The measure of compensation for civil sanctions is not limited to
pecuniary losses. See Leman v. Krentler-Arnold Hinge Last Co., 284 U.S. 448,
26 455-56 (1932). In Leman, the Supreme Court held that lost profits are
compensable through civil contempt sanctions. The bankruptcy court reads
Leman as treating lost profits as the “equivalent of or substitute for the
injured party’s actual pecuniary loss” and it reasons that the Supreme
Court did not add new or different types of damages to the “bucket of
pecuniary losses recoverable as compensatory damages for civil contempt.”
Again, we disagree.
In Leman, the Supreme Court held that a party injured by a violation
of an injunction could be awarded lost profits as compensatory civil
sanctions. Id. at 456-57. The Court noted the “clear distinction” between
“actual pecuniary loss” and lost profits, which are nonpecuniary, but held
that lost profits are nevertheless “included in the concept of compensatory
relief.” Id. at 456. Because a contempt proceeding is equitable in nature, the
Court held “there is no reason why in such a proceeding[,] equitable
principles should not control the measure of relief to be accorded to the
injured party.” Id. at 457. Leman stands for the clear proposition that
compensatory civil sanctions are not limited to pecuniary losses.

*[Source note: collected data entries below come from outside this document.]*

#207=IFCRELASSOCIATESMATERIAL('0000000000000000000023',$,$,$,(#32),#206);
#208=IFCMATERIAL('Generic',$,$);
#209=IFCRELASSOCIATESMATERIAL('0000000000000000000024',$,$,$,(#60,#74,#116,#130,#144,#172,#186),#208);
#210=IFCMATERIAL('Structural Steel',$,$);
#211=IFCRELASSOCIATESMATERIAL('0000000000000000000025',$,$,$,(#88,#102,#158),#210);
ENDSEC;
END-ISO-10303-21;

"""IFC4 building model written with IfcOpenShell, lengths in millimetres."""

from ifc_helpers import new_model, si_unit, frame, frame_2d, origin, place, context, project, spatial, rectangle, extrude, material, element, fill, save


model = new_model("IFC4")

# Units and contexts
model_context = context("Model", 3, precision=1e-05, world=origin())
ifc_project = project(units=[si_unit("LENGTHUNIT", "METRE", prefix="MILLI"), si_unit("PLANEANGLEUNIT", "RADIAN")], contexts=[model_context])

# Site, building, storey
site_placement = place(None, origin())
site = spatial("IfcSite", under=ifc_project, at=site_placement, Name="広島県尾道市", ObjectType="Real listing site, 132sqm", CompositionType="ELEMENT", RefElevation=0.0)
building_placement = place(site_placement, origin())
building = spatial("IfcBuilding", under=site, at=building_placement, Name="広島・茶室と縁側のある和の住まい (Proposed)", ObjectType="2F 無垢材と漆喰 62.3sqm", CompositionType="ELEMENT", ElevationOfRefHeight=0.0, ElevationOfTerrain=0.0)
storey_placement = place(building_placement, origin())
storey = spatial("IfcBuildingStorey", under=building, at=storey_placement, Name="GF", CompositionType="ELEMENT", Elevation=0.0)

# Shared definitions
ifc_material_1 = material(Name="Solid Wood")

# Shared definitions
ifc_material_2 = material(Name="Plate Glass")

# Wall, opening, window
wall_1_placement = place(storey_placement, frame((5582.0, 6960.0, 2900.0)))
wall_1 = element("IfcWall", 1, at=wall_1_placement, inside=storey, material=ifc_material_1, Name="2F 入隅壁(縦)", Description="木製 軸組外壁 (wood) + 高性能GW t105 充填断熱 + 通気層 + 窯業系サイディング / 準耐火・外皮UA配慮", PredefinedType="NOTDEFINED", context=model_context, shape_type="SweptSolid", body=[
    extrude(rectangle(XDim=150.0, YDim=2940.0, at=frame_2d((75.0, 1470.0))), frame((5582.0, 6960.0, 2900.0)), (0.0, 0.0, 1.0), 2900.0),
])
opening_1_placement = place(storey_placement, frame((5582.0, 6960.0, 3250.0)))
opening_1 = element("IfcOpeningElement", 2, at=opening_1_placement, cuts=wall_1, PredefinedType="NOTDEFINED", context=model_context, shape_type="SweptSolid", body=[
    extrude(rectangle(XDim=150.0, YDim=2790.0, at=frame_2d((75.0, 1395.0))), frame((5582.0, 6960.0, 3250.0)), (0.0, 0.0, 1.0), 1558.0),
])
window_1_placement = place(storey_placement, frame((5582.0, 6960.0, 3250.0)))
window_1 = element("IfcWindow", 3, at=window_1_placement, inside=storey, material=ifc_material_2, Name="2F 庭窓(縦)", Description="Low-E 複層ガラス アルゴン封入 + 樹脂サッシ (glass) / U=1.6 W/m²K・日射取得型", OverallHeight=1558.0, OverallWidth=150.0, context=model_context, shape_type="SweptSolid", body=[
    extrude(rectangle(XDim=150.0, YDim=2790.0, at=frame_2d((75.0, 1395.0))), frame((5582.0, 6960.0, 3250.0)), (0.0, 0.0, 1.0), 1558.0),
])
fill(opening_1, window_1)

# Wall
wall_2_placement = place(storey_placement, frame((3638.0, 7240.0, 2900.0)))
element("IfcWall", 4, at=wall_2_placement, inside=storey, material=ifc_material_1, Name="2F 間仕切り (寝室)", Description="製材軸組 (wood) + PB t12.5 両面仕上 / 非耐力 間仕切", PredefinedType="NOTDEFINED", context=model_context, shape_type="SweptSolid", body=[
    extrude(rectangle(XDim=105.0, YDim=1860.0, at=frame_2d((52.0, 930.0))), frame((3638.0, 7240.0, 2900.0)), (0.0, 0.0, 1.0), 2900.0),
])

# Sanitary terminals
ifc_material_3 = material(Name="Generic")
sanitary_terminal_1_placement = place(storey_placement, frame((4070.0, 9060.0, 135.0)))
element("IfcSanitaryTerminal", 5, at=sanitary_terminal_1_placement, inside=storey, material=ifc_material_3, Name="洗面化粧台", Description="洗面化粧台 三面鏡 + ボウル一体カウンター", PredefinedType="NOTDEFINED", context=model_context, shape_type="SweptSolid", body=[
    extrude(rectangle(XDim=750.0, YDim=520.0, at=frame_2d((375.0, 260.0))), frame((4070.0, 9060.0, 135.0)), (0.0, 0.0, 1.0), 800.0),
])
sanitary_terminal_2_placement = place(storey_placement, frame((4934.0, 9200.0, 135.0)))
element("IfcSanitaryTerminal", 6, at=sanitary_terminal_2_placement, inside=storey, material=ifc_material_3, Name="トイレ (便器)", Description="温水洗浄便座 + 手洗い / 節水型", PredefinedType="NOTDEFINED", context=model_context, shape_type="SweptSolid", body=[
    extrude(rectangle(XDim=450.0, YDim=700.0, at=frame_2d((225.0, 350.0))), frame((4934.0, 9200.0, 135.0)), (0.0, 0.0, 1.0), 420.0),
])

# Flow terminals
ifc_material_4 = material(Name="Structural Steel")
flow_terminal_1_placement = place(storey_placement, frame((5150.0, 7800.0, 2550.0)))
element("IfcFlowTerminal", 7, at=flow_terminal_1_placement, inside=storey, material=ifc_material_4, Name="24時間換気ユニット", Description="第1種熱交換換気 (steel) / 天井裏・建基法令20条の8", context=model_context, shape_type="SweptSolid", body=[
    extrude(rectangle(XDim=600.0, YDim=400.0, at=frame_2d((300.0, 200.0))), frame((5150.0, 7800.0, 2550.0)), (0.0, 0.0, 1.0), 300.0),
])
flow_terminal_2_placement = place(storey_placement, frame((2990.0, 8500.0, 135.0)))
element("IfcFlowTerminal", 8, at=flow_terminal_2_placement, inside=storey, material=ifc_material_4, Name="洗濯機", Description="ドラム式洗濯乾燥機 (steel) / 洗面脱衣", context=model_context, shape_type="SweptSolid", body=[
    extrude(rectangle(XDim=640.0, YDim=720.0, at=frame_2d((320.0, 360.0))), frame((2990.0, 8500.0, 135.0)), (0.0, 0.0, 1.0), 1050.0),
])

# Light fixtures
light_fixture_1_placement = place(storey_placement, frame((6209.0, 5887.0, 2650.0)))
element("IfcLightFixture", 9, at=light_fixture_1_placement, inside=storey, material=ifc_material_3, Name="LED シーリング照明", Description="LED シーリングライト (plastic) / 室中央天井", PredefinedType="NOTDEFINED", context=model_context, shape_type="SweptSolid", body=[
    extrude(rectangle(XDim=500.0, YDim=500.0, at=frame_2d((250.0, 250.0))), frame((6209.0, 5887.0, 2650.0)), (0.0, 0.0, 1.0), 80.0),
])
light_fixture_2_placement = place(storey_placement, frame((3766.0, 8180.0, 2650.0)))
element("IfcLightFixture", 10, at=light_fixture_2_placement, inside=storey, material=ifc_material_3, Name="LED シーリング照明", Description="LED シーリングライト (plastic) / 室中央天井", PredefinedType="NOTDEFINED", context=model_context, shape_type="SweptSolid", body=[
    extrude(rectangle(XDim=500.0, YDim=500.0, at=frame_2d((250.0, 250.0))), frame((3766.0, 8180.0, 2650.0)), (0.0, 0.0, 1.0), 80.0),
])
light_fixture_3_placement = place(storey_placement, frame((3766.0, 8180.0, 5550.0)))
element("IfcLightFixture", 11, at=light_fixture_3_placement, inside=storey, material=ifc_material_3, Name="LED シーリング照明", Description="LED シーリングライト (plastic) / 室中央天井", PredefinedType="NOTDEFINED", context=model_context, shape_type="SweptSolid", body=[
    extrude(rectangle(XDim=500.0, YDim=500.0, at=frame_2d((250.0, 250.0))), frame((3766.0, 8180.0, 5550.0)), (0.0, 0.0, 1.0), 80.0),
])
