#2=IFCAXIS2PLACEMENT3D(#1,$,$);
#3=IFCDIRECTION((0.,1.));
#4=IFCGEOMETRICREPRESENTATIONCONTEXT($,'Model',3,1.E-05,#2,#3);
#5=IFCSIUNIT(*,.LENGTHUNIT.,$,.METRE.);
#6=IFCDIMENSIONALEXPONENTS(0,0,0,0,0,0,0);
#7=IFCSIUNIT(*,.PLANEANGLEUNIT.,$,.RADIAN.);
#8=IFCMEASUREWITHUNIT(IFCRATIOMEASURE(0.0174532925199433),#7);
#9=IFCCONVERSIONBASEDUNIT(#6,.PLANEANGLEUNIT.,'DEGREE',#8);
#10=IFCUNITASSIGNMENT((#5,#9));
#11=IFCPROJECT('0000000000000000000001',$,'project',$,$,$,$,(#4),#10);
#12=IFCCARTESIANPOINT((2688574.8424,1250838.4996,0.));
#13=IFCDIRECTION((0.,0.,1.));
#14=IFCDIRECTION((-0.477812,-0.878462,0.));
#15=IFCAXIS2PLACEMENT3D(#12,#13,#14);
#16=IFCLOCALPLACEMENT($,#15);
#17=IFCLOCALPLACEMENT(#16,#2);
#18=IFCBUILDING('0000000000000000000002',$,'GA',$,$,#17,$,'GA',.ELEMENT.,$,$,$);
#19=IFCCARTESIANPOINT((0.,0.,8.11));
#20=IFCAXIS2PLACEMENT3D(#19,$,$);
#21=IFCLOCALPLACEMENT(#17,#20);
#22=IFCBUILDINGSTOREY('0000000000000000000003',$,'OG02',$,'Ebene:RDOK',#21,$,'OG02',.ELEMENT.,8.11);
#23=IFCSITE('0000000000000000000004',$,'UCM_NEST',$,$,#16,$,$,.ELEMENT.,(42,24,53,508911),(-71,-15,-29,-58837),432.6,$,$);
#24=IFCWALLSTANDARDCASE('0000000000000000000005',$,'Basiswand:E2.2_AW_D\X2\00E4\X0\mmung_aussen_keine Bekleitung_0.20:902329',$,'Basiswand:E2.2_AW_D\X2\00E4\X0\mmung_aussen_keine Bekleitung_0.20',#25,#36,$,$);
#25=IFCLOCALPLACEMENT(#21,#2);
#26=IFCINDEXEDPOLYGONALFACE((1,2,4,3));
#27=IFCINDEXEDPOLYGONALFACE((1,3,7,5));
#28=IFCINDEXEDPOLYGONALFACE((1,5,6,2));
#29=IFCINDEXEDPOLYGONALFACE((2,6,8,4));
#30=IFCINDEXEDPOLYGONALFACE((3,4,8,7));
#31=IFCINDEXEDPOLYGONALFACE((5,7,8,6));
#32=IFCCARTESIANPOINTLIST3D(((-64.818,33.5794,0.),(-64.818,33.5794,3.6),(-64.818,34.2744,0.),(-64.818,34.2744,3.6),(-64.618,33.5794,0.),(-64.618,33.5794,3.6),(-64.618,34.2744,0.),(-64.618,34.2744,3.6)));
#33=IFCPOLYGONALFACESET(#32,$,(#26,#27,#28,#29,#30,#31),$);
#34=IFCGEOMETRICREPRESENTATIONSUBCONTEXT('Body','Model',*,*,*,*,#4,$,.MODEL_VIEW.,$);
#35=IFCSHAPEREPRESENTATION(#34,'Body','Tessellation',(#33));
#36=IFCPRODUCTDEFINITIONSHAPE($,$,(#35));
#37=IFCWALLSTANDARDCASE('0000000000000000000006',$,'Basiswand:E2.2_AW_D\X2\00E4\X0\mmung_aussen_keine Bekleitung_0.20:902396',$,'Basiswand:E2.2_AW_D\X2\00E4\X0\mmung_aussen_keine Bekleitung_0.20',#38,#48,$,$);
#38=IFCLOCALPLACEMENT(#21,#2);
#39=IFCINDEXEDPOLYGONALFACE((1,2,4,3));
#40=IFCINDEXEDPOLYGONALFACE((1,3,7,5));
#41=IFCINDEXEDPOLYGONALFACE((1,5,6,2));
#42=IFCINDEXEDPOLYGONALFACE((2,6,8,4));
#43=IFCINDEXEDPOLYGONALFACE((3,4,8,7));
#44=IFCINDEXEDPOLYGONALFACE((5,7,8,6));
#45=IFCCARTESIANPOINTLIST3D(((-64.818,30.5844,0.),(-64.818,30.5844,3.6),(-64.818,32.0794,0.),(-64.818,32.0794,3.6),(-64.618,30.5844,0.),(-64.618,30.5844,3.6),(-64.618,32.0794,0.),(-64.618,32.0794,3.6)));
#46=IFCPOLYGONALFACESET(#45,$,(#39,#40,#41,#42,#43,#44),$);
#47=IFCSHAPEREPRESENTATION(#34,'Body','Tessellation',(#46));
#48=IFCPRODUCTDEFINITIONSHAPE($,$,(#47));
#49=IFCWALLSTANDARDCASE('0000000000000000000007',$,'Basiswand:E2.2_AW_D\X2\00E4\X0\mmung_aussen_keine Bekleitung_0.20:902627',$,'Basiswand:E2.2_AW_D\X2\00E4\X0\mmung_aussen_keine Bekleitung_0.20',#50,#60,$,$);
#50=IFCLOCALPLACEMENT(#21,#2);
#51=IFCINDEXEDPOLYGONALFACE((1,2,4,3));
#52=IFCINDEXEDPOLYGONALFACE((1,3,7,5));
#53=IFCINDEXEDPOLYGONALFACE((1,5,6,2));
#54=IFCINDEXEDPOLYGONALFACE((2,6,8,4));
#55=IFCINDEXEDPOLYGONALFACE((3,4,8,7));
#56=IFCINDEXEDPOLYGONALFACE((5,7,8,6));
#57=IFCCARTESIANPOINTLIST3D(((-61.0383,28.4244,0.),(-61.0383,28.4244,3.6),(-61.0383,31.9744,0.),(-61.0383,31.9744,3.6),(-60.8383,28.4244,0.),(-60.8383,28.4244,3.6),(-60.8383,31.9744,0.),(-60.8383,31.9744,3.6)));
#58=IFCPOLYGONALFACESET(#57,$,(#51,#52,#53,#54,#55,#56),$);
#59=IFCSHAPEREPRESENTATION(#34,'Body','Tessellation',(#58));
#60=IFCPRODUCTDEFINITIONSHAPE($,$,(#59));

We expect that violations of the discharge injunction often will
involve nonpecuniary damages. A central purpose of a bankruptcy
proceeding is the “fresh start” granted to debtors through the bankruptcy
discharge. See Grogan v. Garner, 498 U.S. 279, 286 (1991). As one court has
observed:
27 One of the benefits an individual receives from a discharge is peace of mind. The individual need no longer be concerned that a discharged debt will be enforced against him or her. When a creditor disregards the discharge and attempts to collect a debt, it is certainly within the realm of possibility that the debtor will be harmed emotionally. When such occurs, the harm may be remedied.
In re Nordlund, 494 B.R. 507, 523 (Bankr. E.D. Cal. 2011). When a creditor
contumaciously defies the discharge injunction, it deprives a debtor of the
peace of mind inherent in the Bankruptcy Code’s “fresh start” policy, but it
may not always result in pecuniary losses to the debtor. The broad
equitable power in the bankruptcy court’s civil sanctioning authority is
sufficient to compensate debtors for damages incurred by violations of the
discharge injunction, including emotional distress damages.
CONCLUSION
Based on the foregoing, we REVERSE the bankruptcy court’s order
dismissing with prejudice Debtors’ claim for violations of § 524(i), and we
REMAND for further proceedings consistent with this decision.10
10 The Ninth Circuit held in Barrientos v. Wells Fargo Bank, N.A., 633 F.3d 1186, 1188 (9th Cir. 2011), that “a motion for contempt for violation of a discharge injunction under § 524 must be brought via motion in the bankruptcy case, not via an adversary proceeding.” However, neither party contests the bankruptcy court’s authority to grant relief for violations of § 524 through the adversary complaint, and we consider it harmless error. Because the only remaining cause of action is for violations of § 524(i), on remand the action may continue as an adversary proceeding, or the bankruptcy court may convert it to a contested matter. See In re McLean, 794 F.3d at 1326.